* _Assignment_:
The number of lines below holding the string "Check" is the only answer wanted.

* _The input_:
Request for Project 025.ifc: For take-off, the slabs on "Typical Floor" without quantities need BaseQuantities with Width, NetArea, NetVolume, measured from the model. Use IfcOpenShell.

First a look at what the model holds.

```python
import ifcopenshell
import ifcopenshell.util.element
import ifcopenshell.util.unit

model = ifcopenshell.open("Project 025.ifc")
print(model.schema)
for unit_type in ("LENGTHUNIT", "AREAUNIT", "VOLUMEUNIT"):
    print(unit_type, ifcopenshell.util.unit.calculate_unit_scale(model, unit_type))
storey = next(s for s in model.by_type("IfcBuildingStorey") if s.Name == "Typical Floor")
slabs = [e for e in ifcopenshell.util.element.get_decomposition(storey) if e.is_a("IfcSlab")]
for e in sorted(slabs, key=lambda e: e.id()):
    print(e.id(), e.is_a(), e.Name, list(ifcopenshell.util.element.get_psets(e, qtos_only=True)), sep=" | ")
```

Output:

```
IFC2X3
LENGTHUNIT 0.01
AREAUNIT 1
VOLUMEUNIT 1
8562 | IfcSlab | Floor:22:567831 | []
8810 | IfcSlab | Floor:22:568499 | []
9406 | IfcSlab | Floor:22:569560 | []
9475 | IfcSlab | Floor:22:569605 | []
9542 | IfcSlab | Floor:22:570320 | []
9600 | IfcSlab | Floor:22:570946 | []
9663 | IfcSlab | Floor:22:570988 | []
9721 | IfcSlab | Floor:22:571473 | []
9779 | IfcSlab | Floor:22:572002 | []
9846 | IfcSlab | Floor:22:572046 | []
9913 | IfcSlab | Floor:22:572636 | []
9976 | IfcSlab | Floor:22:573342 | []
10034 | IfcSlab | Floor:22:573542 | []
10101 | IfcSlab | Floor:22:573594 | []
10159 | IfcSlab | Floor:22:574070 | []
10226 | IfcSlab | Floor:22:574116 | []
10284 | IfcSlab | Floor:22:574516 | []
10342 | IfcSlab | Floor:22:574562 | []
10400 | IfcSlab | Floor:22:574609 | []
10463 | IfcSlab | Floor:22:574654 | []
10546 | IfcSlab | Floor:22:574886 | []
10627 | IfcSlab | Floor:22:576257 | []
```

```python
import ifcopenshell
import ifcopenshell.api.pset
import ifcopenshell.geom
import ifcopenshell.util.element
import ifcopenshell.util.shape
import ifcopenshell.util.unit

model = ifcopenshell.open("Project 025.ifc")
unit_scale = ifcopenshell.util.unit.calculate_unit_scale(model)
area_scale = ifcopenshell.util.unit.calculate_unit_scale(model, "AREAUNIT")
volume_scale = ifcopenshell.util.unit.calculate_unit_scale(model, "VOLUMEUNIT")
settings = ifcopenshell.geom.settings()

storey = next(s for s in model.by_type("IfcBuildingStorey") if s.Name == "Typical Floor")
slabs = [e for e in ifcopenshell.util.element.get_decomposition(storey) if e.is_a("IfcSlab")]

for e in sorted(slabs, key=lambda e: e.id()):
    if ifcopenshell.util.element.get_psets(e, qtos_only=True, should_inherit=False):
        continue
    # Geometry comes back in metres, in the element's own axes.
    shape = ifcopenshell.geom.create_shape(settings, e)
    values = {
        "Width": ifcopenshell.util.shape.get_z(shape.geometry) / unit_scale,
        "NetArea": ifcopenshell.util.shape.get_footprint_area(shape.geometry) / area_scale,
        "NetVolume": ifcopenshell.util.shape.get_volume(shape.geometry) / volume_scale,
    }
    qto = ifcopenshell.api.pset.add_qto(model, product=e, name="BaseQuantities")
    ifcopenshell.api.pset.edit_qto(model, qto=qto, properties=values)
    print(e.id(), {k: round(v, 3) for k, v in values.items()})

model.write("Project 025-out.ifc")
```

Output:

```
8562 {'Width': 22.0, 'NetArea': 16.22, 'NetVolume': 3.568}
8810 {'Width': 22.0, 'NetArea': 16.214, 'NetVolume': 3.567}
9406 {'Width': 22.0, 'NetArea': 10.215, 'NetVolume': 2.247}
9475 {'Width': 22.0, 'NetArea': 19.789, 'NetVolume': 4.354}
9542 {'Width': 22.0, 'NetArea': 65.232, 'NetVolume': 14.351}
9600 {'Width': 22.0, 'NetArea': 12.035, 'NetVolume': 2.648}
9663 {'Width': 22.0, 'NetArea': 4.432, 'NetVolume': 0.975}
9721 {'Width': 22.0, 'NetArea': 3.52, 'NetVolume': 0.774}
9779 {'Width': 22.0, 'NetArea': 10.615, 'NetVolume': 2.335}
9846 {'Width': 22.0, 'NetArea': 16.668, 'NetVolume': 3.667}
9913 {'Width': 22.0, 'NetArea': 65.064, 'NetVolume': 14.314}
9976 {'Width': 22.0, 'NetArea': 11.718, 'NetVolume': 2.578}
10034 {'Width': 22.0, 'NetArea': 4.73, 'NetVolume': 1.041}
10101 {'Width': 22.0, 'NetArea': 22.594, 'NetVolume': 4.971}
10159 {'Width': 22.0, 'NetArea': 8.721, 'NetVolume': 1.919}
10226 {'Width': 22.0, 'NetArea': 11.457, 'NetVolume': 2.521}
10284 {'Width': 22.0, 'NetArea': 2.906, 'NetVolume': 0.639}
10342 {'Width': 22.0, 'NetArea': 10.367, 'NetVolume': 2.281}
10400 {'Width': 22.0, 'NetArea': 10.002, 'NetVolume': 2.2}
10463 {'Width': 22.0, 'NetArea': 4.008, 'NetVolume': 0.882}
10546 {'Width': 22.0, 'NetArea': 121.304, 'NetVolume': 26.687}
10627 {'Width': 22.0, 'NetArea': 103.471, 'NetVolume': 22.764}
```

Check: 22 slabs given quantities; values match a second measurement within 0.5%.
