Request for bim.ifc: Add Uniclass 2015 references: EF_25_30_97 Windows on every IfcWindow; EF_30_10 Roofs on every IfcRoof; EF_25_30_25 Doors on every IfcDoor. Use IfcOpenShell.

First a look at what the model holds.

```python
import ifcopenshell

model = ifcopenshell.open("bim.ifc")
print(model.schema)
print("classifications:", [c.Name for c in model.by_type("IfcClassification")])
for ifc_class in ("IfcDoor", "IfcRoof", "IfcStair", "IfcWall", "IfcWindow"):
    print(ifc_class, len(model.by_type(ifc_class)))
```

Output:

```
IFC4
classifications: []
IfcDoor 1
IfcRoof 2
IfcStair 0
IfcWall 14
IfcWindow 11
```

```python
import ifcopenshell
import ifcopenshell.api.classification

model = ifcopenshell.open("bim.ifc")

system = ifcopenshell.api.classification.add_classification(model, classification="Uniclass 2015")

codes = {
    "IfcWindow": ("EF_25_30_97", "Windows"),
    "IfcRoof": ("EF_30_10", "Roofs"),
    "IfcDoor": ("EF_25_30_25", "Doors"),
}
for ifc_class, (code, name) in codes.items():
    products = model.by_type(ifc_class)
    ifcopenshell.api.classification.add_reference(
        model, products=products, classification=system, identification=code, name=name
    )
    print(code, len(products))

model.write("bim_edited.ifc")
```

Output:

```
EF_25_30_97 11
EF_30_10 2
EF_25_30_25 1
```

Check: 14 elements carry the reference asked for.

* _Exercise output_:
2